-- DATA RECORDS --
* * * * * * *

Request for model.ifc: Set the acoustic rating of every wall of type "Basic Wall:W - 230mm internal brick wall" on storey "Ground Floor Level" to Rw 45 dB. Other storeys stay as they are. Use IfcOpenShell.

First a look at what the model holds.

```python
import ifcopenshell
import ifcopenshell.util.element

model = ifcopenshell.open("model.ifc")
print(model.schema)
storey = next(s for s in model.by_type("IfcBuildingStorey") if s.Name == "Ground Floor Level")
walls = [e for e in ifcopenshell.util.element.get_decomposition(storey) if e.is_a("IfcWall")]
seen = {}
for e in walls:
    element_type = ifcopenshell.util.element.get_type(e)
    key = (element_type.Name if element_type != e and element_type else None, ifcopenshell.util.element.get_pset(e, "Pset_WallCommon", "AcousticRating"))
    seen[key] = seen.get(key, 0) + 1
for (name, value), count in sorted(seen.items(), key=str):
    print(count, "x", name, "|", value)
```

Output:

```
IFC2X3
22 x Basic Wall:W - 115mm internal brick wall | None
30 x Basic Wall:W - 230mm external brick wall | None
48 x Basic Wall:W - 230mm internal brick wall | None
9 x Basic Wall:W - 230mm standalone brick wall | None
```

```python
import ifcopenshell
import ifcopenshell.api.pset
import ifcopenshell.util.element

model = ifcopenshell.open("model.ifc")

storey = next(s for s in model.by_type("IfcBuildingStorey") if s.Name == "Ground Floor Level")
walls = [e for e in ifcopenshell.util.element.get_decomposition(storey) if e.is_a("IfcWall")]

count = 0
for e in walls:
    element_type = ifcopenshell.util.element.get_type(e)
    if element_type in (None, e) or element_type.Name != "Basic Wall:W - 230mm internal brick wall":
        continue
    # add_pset returns the element's existing set when there is one.
    pset = ifcopenshell.api.pset.add_pset(model, product=e, name="Pset_WallCommon")
    ifcopenshell.api.pset.edit_pset(model, pset=pset, properties={"AcousticRating": "Rw 45 dB"})
    count += 1

print(count, "walls updated")

model.write("model_rev.ifc")
```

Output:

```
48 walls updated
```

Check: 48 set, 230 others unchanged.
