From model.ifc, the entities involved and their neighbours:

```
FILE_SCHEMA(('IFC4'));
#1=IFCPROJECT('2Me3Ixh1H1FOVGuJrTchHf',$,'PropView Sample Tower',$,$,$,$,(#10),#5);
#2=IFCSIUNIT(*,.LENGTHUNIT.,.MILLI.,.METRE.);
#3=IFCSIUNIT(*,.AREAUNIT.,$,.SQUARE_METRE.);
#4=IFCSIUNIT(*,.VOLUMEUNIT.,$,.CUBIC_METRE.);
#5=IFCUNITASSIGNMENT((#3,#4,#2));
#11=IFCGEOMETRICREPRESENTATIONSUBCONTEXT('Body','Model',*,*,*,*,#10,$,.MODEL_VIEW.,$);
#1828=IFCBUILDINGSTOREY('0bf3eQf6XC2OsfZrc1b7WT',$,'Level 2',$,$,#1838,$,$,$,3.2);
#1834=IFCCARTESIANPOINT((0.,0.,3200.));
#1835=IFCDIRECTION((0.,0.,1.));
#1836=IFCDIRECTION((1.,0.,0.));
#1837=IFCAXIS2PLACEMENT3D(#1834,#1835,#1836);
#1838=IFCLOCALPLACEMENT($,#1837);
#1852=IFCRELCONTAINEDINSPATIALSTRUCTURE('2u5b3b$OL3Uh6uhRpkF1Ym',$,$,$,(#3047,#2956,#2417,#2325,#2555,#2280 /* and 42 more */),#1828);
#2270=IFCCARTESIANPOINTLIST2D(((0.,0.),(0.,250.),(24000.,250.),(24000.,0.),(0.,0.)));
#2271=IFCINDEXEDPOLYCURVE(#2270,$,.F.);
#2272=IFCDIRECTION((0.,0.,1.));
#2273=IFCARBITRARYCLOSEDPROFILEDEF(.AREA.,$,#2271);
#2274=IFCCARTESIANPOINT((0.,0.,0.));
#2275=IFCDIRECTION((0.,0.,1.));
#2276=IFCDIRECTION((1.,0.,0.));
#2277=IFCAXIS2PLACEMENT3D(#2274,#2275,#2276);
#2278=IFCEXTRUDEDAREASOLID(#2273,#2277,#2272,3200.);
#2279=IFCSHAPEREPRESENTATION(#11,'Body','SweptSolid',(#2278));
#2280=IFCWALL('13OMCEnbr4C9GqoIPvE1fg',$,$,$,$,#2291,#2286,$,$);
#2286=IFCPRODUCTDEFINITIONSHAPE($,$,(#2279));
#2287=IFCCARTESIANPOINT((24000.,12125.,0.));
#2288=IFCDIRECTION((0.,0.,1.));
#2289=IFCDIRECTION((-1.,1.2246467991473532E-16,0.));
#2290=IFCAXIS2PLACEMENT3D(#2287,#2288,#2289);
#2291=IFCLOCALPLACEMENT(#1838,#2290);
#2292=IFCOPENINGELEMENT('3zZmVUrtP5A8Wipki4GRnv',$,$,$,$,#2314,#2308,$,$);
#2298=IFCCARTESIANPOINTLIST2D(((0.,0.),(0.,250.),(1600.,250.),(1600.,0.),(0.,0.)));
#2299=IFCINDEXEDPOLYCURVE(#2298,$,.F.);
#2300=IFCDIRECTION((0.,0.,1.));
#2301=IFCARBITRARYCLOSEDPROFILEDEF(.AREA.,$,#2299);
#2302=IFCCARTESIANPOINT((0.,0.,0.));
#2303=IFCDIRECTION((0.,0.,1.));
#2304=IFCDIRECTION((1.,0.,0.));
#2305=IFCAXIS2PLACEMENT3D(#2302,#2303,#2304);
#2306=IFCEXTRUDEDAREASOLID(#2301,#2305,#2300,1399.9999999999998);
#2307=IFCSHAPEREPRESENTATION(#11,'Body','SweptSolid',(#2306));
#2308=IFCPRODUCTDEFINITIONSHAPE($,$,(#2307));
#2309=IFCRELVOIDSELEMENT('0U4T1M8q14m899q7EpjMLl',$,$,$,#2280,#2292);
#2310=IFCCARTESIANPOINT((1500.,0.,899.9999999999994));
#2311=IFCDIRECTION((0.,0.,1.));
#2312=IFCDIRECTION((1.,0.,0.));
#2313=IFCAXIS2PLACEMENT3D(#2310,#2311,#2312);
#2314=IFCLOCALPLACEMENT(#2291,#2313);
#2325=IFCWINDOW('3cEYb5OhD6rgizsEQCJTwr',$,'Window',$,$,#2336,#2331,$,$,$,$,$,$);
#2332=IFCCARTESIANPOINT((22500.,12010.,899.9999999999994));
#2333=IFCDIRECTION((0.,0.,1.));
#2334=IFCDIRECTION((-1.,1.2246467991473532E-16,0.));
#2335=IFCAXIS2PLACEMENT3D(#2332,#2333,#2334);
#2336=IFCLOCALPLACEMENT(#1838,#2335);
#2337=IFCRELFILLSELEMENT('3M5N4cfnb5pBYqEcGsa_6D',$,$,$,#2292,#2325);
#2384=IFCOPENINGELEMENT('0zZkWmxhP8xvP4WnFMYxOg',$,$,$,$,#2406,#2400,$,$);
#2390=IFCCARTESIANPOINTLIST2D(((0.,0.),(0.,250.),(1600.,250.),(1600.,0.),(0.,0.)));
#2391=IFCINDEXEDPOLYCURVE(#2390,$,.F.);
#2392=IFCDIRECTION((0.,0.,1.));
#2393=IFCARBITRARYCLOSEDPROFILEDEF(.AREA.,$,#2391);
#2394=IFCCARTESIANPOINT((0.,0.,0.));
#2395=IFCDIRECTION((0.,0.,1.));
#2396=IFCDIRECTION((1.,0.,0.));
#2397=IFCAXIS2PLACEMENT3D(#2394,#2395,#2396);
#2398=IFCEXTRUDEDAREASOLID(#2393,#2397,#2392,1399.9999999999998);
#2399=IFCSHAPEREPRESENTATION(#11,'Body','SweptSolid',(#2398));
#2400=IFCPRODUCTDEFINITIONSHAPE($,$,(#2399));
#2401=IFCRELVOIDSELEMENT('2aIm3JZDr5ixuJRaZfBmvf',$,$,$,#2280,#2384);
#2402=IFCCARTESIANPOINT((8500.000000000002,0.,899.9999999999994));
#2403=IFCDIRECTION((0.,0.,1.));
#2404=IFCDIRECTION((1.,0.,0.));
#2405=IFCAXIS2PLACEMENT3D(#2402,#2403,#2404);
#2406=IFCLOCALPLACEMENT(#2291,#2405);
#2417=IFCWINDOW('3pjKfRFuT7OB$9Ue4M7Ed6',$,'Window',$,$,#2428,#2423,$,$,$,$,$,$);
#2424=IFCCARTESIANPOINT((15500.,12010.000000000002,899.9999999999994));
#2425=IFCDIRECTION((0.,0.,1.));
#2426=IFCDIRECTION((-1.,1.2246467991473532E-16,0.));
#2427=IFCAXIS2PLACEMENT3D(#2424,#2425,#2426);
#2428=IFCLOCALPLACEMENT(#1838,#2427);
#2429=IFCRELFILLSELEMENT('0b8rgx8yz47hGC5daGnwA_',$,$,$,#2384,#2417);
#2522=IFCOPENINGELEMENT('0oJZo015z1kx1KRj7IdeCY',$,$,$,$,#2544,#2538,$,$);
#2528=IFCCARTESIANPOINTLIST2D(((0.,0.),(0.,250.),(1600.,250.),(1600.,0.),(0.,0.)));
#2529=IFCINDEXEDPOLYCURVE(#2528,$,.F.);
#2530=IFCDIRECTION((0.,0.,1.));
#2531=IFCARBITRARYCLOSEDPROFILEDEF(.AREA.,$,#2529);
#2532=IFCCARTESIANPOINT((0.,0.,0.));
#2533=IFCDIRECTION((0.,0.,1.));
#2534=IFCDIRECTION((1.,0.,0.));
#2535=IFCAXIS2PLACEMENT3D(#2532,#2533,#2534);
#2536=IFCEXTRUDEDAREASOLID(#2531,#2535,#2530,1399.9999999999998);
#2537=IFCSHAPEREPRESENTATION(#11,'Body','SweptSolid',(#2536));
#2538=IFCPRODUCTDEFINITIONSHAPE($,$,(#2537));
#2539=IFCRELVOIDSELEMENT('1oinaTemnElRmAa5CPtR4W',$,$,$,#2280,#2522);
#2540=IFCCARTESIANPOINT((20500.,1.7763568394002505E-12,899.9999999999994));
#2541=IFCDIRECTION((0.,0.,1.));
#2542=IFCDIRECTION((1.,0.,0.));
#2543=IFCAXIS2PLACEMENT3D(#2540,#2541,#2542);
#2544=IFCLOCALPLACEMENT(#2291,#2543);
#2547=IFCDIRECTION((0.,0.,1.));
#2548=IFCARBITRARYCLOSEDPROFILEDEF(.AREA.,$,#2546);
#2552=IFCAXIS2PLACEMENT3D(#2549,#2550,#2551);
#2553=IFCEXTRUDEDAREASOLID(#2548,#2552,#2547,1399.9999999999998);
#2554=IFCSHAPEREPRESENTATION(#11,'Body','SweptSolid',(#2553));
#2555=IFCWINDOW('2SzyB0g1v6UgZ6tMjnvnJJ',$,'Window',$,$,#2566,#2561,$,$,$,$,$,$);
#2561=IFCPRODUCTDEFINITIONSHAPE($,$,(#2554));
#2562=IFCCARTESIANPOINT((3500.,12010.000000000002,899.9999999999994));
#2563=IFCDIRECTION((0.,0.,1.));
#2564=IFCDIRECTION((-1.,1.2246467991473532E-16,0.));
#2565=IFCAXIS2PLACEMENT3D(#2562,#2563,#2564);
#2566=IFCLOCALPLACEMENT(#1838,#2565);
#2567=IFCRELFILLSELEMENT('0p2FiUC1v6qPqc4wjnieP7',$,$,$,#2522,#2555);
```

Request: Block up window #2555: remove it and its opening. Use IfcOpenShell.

```python
import ifcopenshell
import ifcopenshell.api.feature
import ifcopenshell.api.root
import ifcopenshell.geom
import ifcopenshell.util.shape

model = ifcopenshell.open("model.ifc")
settings = ifcopenshell.geom.settings()


def volume(element):
    """Net volume in cubic metres, openings subtracted."""
    shape = ifcopenshell.geom.create_shape(settings, element)
    return ifcopenshell.util.shape.get_volume(shape.geometry)


window = model.by_guid("2SzyB0g1v6UgZ6tMjnvnJJ")
opening = window.FillsVoids[0].RelatingOpeningElement
wall = opening.VoidsElements[0].RelatingBuildingElement
before = volume(wall)

ifcopenshell.api.root.remove_product(model, product=window)
ifcopenshell.api.feature.remove_feature(model, feature=opening)

after = volume(wall)

print(f"wall volume {before:.3f} -> {after:.3f} m3")

model.write("model_edited.ifc")
```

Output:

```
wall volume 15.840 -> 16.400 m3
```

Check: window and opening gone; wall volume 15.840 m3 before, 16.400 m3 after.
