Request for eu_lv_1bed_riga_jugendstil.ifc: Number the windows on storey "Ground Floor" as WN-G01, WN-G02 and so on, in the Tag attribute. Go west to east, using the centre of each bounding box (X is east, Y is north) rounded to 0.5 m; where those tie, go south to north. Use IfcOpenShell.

First a look at what the model holds.

```python
import ifcopenshell
import ifcopenshell.util.element
import ifcopenshell.util.placement

model = ifcopenshell.open("eu_lv_1bed_riga_jugendstil.ifc")
print(model.schema)
storey = next(s for s in model.by_type("IfcBuildingStorey") if s.Name == "Ground Floor")
windows = [e for e in ifcopenshell.util.element.get_decomposition(storey) if e.is_a("IfcWindow")]
for e in sorted(windows, key=lambda e: e.id()):
    origin = ifcopenshell.util.placement.get_local_placement(e.ObjectPlacement)[:3, 3]
    print(e.id(), e.Tag, e.Name, origin.round(2) + 0.0, sep=" | ")
```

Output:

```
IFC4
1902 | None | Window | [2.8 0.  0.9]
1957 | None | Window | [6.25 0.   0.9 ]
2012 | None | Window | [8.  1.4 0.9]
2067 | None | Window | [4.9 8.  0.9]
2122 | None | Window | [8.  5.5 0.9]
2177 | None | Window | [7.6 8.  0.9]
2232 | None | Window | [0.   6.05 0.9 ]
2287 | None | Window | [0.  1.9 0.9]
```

```python
import ifcopenshell
import ifcopenshell.geom
import ifcopenshell.util.element
import ifcopenshell.util.shape

model = ifcopenshell.open("eu_lv_1bed_riga_jugendstil.ifc")
settings = ifcopenshell.geom.settings()
settings.set("use-world-coords", True)


def centre(element):
    shape = ifcopenshell.geom.create_shape(settings, element)
    return ifcopenshell.util.shape.get_bbox_centroid(shape.geometry)


storey = next(s for s in model.by_type("IfcBuildingStorey") if s.Name == "Ground Floor")
windows = [e for e in ifcopenshell.util.element.get_decomposition(storey) if e.is_a("IfcWindow")]

# Insertion points can sit at a corner or the storey origin, so sort by the geometry (in metres).
centres = {e: centre(e) for e in windows}
windows.sort(key=lambda e: (round(centres[e][0] / 0.5), centres[e][1]))

for i, e in enumerate(windows, start=1):
    number = f"WN-G{i:02d}"
    e.Tag = number
    print(e.id(), number)

model.write("eu_lv_1bed_riga_jugendstil_rev.ifc")
```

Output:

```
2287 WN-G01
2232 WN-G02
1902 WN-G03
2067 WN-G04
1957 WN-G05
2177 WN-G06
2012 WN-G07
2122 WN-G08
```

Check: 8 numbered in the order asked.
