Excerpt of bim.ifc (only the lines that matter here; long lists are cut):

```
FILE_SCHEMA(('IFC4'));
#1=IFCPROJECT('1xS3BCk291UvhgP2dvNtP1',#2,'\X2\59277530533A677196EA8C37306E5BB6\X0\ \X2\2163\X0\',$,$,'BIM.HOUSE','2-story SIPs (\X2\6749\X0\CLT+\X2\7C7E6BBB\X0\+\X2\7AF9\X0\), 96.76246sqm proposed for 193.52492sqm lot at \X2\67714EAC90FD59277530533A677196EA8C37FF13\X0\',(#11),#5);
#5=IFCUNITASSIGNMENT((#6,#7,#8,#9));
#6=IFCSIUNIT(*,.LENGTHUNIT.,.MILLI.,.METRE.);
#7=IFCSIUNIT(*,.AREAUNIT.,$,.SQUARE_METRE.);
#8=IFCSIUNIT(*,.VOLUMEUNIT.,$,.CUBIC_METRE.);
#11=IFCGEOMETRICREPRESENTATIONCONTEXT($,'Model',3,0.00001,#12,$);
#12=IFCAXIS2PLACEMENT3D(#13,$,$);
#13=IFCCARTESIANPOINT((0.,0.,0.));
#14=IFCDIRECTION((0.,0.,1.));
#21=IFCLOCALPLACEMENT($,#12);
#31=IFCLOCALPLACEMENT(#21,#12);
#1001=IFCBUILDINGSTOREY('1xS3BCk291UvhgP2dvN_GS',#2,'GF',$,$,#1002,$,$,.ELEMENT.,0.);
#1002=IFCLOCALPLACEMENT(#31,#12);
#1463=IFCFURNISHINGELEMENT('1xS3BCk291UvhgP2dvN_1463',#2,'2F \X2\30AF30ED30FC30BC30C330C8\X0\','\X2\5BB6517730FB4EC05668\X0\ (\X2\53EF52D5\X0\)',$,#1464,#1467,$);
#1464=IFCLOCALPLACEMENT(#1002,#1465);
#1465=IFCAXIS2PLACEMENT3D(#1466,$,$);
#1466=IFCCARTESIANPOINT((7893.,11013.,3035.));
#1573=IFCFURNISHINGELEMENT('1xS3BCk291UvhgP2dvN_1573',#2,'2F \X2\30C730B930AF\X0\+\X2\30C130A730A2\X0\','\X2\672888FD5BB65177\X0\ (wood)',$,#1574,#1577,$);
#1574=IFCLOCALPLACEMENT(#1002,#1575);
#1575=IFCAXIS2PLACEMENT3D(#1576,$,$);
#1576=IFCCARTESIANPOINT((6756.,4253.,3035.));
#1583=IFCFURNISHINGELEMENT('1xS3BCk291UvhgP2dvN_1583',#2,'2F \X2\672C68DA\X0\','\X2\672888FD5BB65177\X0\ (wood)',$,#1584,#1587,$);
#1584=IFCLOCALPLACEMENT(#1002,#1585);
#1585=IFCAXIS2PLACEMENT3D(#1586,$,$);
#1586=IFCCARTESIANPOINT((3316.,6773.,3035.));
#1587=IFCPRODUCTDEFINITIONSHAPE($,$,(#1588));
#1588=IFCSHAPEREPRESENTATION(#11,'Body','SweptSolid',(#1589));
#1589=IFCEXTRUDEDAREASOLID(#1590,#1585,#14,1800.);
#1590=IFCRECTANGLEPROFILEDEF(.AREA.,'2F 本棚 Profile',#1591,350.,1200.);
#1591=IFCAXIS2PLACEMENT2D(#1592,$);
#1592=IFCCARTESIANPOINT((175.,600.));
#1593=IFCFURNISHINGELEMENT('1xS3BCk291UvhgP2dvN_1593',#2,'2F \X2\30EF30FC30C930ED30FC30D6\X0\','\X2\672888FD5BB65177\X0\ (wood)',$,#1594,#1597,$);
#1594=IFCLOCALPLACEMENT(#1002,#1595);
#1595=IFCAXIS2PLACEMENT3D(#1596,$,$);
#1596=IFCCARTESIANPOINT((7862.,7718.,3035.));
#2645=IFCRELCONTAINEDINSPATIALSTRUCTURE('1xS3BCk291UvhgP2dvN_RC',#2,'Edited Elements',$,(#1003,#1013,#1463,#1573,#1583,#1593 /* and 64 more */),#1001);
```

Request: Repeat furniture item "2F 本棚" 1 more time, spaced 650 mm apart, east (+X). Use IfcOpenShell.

```python
import numpy as np
import ifcopenshell
import ifcopenshell.api.geometry
import ifcopenshell.api.root
import ifcopenshell.util.element
import ifcopenshell.util.placement
import ifcopenshell.util.unit

model = ifcopenshell.open("bim.ifc")
unit_scale = ifcopenshell.util.unit.calculate_unit_scale(model)


def reuse_history(source, copy):
    """copy_class also copies each property set's owner history, people and application; keep the originals."""
    for rel in copy.IsDefinedBy:
        if rel.is_a("IfcRelDefinesByProperties") and (history := rel.RelatingPropertyDefinition.OwnerHistory):
            rel.RelatingPropertyDefinition.OwnerHistory = source.OwnerHistory
            ifcopenshell.util.element.remove_deep2(model, history)


source = model.by_guid("1xS3BCk291UvhgP2dvN_1583")
base = ifcopenshell.util.placement.get_local_placement(source.ObjectPlacement)
step = np.array([1.0, 0.0, 0.0]) * 0.65 / unit_scale

for i in range(1, 2):
    copy = ifcopenshell.api.root.copy_class(model, product=source)
    copy.Representation = ifcopenshell.util.element.copy_deep(
        model, source.Representation, exclude=["IfcGeometricRepresentationContext", "IfcRepresentationMap"]
    )
    reuse_history(source, copy)
    matrix = base.copy()
    matrix[:3, 3] += i * step
    print("added at", matrix[:3, 3].round(3) + 0.0)
    ifcopenshell.api.geometry.edit_object_placement(model, product=copy, matrix=matrix, is_si=False)

model.write("bim_rev.ifc")
```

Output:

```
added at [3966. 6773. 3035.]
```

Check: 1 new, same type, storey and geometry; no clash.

* * * * * * *

-- DIRECTIONS FOR THIS TASK --
Look through the entries for the string "IFCEXTRUDEDAREASOLID". Every line that has it belongs in the answer.

-- RESULT OF THIS EXERCISE --
#2278=IFCEXTRUDEDAREASOLID(#2273,#2277,#2272,3200.);
#2306=IFCEXTRUDEDAREASOLID(#2301,#2305,#2300,1399.9999999999998);
#2398=IFCEXTRUDEDAREASOLID(#2393,#2397,#2392,1399.9999999999998);
#2536=IFCEXTRUDEDAREASOLID(#2531,#2535,#2530,1399.9999999999998);
#2553=IFCEXTRUDEDAREASOLID(#2548,#2552,#2547,1399.9999999999998);
#1589=IFCEXTRUDEDAREASOLID(#1590,#1585,#14,1800.);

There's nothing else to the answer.